Para comprender el razonamiento del Papa sobre estas decisiones, la mejor fuente de información es una carta que el Papa Francisco escribió a los obispos del mundo explicándolas. Al leer la carta, debemos recordar la exhortación del Catecismo : «Para evitar juicios precipitados, cada cual debe procurar interpretar favorablemente, en la medida de lo posible, los pensamientos, las palabras y las obras del prójimo» (2478).
En la carta, el Papa busca entrar en las mentes de sus dos predecesores, Juan Pablo II y Benedicto XVI, así como en las mentes de aquellos que están decepcionados por las liturgias mal celebradas.
Escribe: “Me entristecen los abusos en la celebración de la liturgia por todos lados. Al igual que Benedicto XVI, deploro el hecho de que "en muchos lugares las prescripciones del nuevo misal no se respetan en la celebración, sino que incluso llegan a ser interpretadas como una autorización o incluso una exigencia de la creatividad, lo que conduce a distorsiones casi insoportables". .'”
Francisco señala que los obispos deben “pretender el bien de aquellos que están arraigados en la forma anterior de celebración y necesitan regresar a su debido tiempo al rito romano promulgado por los santos Pablo VI y Juan Pablo II”. Al prescribir cómo proceder, concluye pidiendo a los obispos “que estén atentos para garantizar que cada liturgia se celebre con decoro y fidelidad a los libros litúrgicos promulgados después del Concilio Vaticano II, sin las excentricidades que fácilmente pueden degenerar en abusos. Formen a los seminaristas y a los nuevos sacerdotes en la fiel observancia de las prescripciones del Misal y de los libros litúrgicos”.
El pontífice atribuye el origen de Traditionis Custodes a una encuesta que la Congregación para la Doctrina de la Fe realizó entre los obispos del mundo para preguntarles con qué éxito se estaba implementando Summorum Pontificum en sus diócesis.

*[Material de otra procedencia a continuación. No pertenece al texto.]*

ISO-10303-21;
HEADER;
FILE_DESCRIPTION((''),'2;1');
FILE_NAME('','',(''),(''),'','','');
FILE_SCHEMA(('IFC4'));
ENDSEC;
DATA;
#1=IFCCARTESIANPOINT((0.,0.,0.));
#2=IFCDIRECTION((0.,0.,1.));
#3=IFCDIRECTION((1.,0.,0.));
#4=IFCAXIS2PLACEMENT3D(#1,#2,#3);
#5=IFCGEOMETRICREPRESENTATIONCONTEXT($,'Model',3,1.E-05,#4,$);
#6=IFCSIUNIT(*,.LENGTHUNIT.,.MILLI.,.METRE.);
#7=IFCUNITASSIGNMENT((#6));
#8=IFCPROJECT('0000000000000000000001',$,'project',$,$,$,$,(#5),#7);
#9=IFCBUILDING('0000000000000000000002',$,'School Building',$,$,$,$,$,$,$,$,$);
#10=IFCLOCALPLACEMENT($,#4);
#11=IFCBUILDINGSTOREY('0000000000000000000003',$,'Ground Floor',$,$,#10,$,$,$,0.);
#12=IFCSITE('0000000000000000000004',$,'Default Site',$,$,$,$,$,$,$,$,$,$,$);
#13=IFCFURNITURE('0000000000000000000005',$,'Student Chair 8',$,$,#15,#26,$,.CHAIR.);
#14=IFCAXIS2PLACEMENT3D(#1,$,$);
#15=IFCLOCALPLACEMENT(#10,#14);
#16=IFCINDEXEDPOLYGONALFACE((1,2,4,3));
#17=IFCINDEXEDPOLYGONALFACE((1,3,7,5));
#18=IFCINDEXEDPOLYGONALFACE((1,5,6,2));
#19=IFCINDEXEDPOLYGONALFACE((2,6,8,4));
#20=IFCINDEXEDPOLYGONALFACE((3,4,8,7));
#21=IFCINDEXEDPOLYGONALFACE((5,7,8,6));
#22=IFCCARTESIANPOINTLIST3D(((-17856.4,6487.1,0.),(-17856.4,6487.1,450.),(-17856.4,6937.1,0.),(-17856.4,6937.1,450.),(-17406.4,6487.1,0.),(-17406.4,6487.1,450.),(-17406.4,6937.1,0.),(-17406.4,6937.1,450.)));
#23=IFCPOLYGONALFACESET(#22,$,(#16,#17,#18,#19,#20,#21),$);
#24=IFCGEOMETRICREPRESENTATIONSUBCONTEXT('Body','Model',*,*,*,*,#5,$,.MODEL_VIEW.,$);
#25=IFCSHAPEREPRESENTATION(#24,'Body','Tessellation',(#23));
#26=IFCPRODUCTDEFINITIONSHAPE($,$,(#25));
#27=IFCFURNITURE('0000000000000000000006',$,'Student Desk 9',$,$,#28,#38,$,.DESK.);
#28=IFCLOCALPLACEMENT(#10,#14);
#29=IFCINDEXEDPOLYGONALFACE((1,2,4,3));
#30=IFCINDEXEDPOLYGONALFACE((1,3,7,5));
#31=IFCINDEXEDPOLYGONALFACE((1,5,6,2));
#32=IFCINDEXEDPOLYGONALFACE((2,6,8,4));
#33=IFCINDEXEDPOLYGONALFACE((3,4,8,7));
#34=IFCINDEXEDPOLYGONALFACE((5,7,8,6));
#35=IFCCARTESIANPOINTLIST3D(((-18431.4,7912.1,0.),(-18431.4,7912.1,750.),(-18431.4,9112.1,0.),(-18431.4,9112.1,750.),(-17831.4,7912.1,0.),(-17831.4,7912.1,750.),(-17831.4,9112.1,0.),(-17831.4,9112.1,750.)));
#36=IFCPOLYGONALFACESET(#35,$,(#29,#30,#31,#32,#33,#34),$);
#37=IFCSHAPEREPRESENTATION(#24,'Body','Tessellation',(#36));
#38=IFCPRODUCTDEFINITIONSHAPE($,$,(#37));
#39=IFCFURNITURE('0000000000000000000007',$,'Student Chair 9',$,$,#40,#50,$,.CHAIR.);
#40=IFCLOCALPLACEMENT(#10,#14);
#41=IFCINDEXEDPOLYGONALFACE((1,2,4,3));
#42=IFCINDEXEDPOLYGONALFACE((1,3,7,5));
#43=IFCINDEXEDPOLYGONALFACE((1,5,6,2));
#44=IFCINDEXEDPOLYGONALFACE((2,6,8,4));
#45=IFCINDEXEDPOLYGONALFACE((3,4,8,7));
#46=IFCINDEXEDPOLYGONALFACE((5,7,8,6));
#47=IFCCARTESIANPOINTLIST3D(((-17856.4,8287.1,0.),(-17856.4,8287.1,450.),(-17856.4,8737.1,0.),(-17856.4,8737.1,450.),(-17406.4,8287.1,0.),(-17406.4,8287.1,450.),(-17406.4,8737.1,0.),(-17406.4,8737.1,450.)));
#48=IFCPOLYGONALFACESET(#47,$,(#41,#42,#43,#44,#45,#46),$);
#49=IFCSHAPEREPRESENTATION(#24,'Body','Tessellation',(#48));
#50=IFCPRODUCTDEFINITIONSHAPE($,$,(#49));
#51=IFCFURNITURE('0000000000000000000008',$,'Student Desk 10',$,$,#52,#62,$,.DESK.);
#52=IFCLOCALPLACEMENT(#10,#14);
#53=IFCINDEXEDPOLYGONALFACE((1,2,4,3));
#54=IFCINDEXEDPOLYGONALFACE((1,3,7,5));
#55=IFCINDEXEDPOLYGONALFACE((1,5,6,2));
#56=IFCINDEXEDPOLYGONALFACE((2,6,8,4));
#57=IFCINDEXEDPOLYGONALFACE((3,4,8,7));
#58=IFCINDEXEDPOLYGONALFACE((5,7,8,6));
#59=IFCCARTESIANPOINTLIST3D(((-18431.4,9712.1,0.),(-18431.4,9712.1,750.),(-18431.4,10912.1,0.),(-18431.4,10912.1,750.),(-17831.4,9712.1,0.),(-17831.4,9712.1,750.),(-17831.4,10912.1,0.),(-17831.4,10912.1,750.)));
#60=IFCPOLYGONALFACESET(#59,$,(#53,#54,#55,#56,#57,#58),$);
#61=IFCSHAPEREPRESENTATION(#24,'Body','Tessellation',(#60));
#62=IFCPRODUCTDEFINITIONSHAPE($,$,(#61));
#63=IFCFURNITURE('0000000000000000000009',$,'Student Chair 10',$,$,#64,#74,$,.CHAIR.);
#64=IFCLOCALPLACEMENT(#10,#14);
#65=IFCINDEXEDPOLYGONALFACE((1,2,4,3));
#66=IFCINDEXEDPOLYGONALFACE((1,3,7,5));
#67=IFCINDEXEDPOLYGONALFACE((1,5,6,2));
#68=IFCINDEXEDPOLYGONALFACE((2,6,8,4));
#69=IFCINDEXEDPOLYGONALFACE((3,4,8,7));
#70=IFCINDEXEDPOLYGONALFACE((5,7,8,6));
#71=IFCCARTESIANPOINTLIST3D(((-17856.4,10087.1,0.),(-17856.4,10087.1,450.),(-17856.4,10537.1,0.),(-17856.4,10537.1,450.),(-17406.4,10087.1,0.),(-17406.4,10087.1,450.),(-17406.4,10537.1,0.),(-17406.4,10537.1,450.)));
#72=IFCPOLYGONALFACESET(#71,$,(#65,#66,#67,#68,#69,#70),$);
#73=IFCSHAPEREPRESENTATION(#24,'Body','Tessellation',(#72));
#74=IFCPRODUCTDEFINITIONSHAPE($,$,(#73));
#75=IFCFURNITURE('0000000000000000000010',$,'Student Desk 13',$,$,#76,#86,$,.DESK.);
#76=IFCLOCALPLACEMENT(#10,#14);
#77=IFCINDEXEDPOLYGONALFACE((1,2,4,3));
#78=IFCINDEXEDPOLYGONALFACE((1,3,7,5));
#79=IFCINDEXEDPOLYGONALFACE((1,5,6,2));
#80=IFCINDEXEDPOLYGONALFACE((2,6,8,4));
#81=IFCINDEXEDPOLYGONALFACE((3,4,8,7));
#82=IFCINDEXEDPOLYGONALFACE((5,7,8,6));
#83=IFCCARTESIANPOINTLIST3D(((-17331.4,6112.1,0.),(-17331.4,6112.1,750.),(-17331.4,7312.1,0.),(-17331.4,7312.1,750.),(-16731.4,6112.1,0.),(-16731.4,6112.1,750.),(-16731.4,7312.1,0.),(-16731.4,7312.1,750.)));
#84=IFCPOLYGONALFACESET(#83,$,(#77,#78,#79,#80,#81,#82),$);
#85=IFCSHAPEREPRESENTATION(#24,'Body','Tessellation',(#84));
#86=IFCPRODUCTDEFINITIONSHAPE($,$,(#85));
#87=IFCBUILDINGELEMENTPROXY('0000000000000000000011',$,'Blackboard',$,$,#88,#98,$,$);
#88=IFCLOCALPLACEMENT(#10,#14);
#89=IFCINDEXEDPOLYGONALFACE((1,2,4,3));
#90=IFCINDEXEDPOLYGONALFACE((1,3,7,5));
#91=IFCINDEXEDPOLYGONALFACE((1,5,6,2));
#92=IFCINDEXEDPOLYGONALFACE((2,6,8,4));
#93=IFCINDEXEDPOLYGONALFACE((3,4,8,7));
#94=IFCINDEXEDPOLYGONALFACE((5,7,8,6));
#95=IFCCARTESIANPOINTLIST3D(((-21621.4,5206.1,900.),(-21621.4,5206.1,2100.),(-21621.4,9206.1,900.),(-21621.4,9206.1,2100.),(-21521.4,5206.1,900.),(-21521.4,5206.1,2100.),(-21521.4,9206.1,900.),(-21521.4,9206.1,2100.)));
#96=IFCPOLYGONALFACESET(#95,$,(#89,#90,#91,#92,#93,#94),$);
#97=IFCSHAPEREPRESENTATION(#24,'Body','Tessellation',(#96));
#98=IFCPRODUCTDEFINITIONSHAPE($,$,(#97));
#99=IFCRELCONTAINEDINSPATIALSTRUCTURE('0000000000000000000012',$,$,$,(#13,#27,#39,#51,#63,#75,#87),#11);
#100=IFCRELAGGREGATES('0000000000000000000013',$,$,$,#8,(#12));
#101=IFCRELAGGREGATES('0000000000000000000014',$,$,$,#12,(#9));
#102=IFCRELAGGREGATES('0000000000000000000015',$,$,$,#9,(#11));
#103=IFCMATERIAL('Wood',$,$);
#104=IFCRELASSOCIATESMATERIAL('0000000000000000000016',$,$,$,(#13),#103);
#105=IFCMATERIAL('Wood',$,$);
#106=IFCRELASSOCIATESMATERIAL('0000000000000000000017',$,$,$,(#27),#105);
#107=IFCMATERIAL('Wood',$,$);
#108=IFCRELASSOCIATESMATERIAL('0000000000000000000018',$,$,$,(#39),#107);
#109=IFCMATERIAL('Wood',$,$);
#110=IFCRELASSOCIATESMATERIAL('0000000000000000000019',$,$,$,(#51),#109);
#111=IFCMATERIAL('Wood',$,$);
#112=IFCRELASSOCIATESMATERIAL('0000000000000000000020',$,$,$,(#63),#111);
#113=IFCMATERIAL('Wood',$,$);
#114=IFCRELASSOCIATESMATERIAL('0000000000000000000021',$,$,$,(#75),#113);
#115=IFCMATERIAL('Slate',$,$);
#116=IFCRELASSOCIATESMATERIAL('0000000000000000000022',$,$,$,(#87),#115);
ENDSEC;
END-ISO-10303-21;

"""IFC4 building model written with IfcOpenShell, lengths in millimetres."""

from ifc_helpers import new_model, si_unit, frame, origin_with_axes, origin_2d, place, context, subcontext, project, spatial, rectangle, extrude, material, element, save


model = new_model("IFC4")

# Units and contexts
model_context = context("Model", 3, precision=1e-05, world=origin_with_axes())
body_context = subcontext(model_context, "Body", "Model", "MODEL_VIEW")
ifc_project = project(units=[si_unit("LENGTHUNIT", "METRE", prefix="MILLI")], contexts=[model_context])

# Site, building, storey
site = spatial("IfcSite", under=ifc_project, Name="Default Site")
building = spatial("IfcBuilding", under=site, Name="School Building")
storey_placement = place(None, origin_with_axes())
storey = spatial("IfcBuildingStorey", under=building, at=storey_placement, Name="Ground Floor", Elevation=0.0)

# Furniture
ifc_material_1 = material(Name="Wood")
furniture_1_placement = place(storey_placement, frame((-17631.4, 6712.1, 0.0), z_axis=(0.0, 0.0, 1.0), x_axis=(1.0, 0.0, 0.0)))
element("IfcFurniture", 1, at=furniture_1_placement, inside=storey, material=ifc_material_1, Name="Student Chair 8", PredefinedType="CHAIR", context=body_context, shape_type="SweptSolid", body=[
    extrude(rectangle(XDim=450.0, YDim=450.0, at=origin_2d()), origin_with_axes(), (0.0, 0.0, 1.0), 450.0),
])
ifc_material_2 = material(Name="Wood")
furniture_2_placement = place(storey_placement, frame((-18131.4, 8512.1, 0.0), z_axis=(0.0, 0.0, 1.0), x_axis=(0.0, 1.0, 0.0)))
element("IfcFurniture", 2, at=furniture_2_placement, inside=storey, material=ifc_material_2, Name="Student Desk 9", PredefinedType="DESK", context=body_context, shape_type="SweptSolid", body=[
    extrude(rectangle(XDim=1200.0, YDim=600.0, at=origin_2d()), origin_with_axes(), (0.0, 0.0, 1.0), 750.0),
])
ifc_material_3 = material(Name="Wood")
furniture_3_placement = place(storey_placement, frame((-17631.4, 8512.1, 0.0), z_axis=(0.0, 0.0, 1.0), x_axis=(1.0, 0.0, 0.0)))
element("IfcFurniture", 3, at=furniture_3_placement, inside=storey, material=ifc_material_3, Name="Student Chair 9", PredefinedType="CHAIR", context=body_context, shape_type="SweptSolid", body=[
    extrude(rectangle(XDim=450.0, YDim=450.0, at=origin_2d()), origin_with_axes(), (0.0, 0.0, 1.0), 450.0),
])
ifc_material_4 = material(Name="Wood")
furniture_4_placement = place(storey_placement, frame((-18131.4, 10312.1, 0.0), z_axis=(0.0, 0.0, 1.0), x_axis=(0.0, 1.0, 0.0)))
element("IfcFurniture", 4, at=furniture_4_placement, inside=storey, material=ifc_material_4, Name="Student Desk 10", PredefinedType="DESK", context=body_context, shape_type="SweptSolid", body=[
    extrude(rectangle(XDim=1200.0, YDim=600.0, at=origin_2d()), origin_with_axes(), (0.0, 0.0, 1.0), 750.0),
])
ifc_material_5 = material(Name="Wood")
furniture_5_placement = place(storey_placement, frame((-17631.4, 10312.1, 0.0), z_axis=(0.0, 0.0, 1.0), x_axis=(1.0, 0.0, 0.0)))
element("IfcFurniture", 5, at=furniture_5_placement, inside=storey, material=ifc_material_5, Name="Student Chair 10", PredefinedType="CHAIR", context=body_context, shape_type="SweptSolid", body=[
    extrude(rectangle(XDim=450.0, YDim=450.0, at=origin_2d()), origin_with_axes(), (0.0, 0.0, 1.0), 450.0),
])
ifc_material_6 = material(Name="Wood")
furniture_6_placement = place(storey_placement, frame((-17031.4, 6712.1, 0.0), z_axis=(0.0, 0.0, 1.0), x_axis=(0.0, 1.0, 0.0)))
element("IfcFurniture", 6, at=furniture_6_placement, inside=storey, material=ifc_material_6, Name="Student Desk 13", PredefinedType="DESK", context=body_context, shape_type="SweptSolid", body=[
    extrude(rectangle(XDim=1200.0, YDim=600.0, at=origin_2d()), origin_with_axes(), (0.0, 0.0, 1.0), 750.0),
])

# Building element proxy
ifc_material_7 = material(Name="Slate")
proxy_placement = place(storey_placement, frame((-21571.4, 7206.1, 900.0), z_axis=(0.0, 0.0, 1.0), x_axis=(1.0, 0.0, 0.0)))
element("IfcBuildingElementProxy", 7, at=proxy_placement, inside=storey, material=ifc_material_7, Name="Blackboard", context=body_context, shape_type="SweptSolid", body=[
    extrude(rectangle(XDim=100.0, YDim=4000.0, at=origin_2d()), origin_with_axes(), (0.0, 0.0, 1.0), 1200.0),
])

save(model, "model.ifc")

Escribe: “Las respuestas revelan una situación que me preocupa y entristece y me convence de la necesidad de intervenir. Lamentablemente, a menudo se ha ignorado gravemente el objetivo pastoral de mis predecesores, que habían pretendido "hacer todo lo posible para que todos aquellos que verdaderamente poseían el deseo de la unidad pudieran permanecer en esta unidad o redescubrirla de nuevo". . Una oportunidad ofrecida por San Juan Pablo II y, con mayor magnanimidad aún, por Benedicto XVI. . . fue explotada para ampliar las brechas, reforzar las divergencias y alentar desacuerdos que dañan a la Iglesia, bloquean su camino y la exponen al peligro de la división”.
En concreto, afirma el Papa en su carta, se habían desarrollado actitudes que “a menudo se caracterizaban por un rechazo no sólo de la reforma litúrgica, sino del propio Concilio Vaticano II, afirmando, con afirmaciones infundadas e insostenibles, que traicionaba la Tradición y la 'verdadera Iglesia'”.
Se puede debatir hasta qué punto estas actitudes están presentes entre los asistentes a la liturgia tradicional. Sin embargo, el Papa afirma que consideró necesario intervenir con las nuevas normas para evitar que estas actitudes sigan creciendo y que las divisiones en el cuerpo de Cristo se agraven aún más. El motu proprio, por lo tanto, ordena a los obispos locales con grupos que celebran la liturgia tradicional que «verifiquen que estos grupos no nieguen la validez y la legitimidad de la reforma litúrgica, dictada por el Concilio Vaticano II y el magisterio de los sumos pontífices».
Hay que tener en cuenta que en cada uno de los pontificados recientes se han producido cambios significativos en el papel de la liturgia tradicional en la vida de la Iglesia. Es probable que esto continúe en el futuro, y los futuros papas puedan optar nuevamente por ampliar las circunstancias bajo las cuales se permite la liturgia tradicional.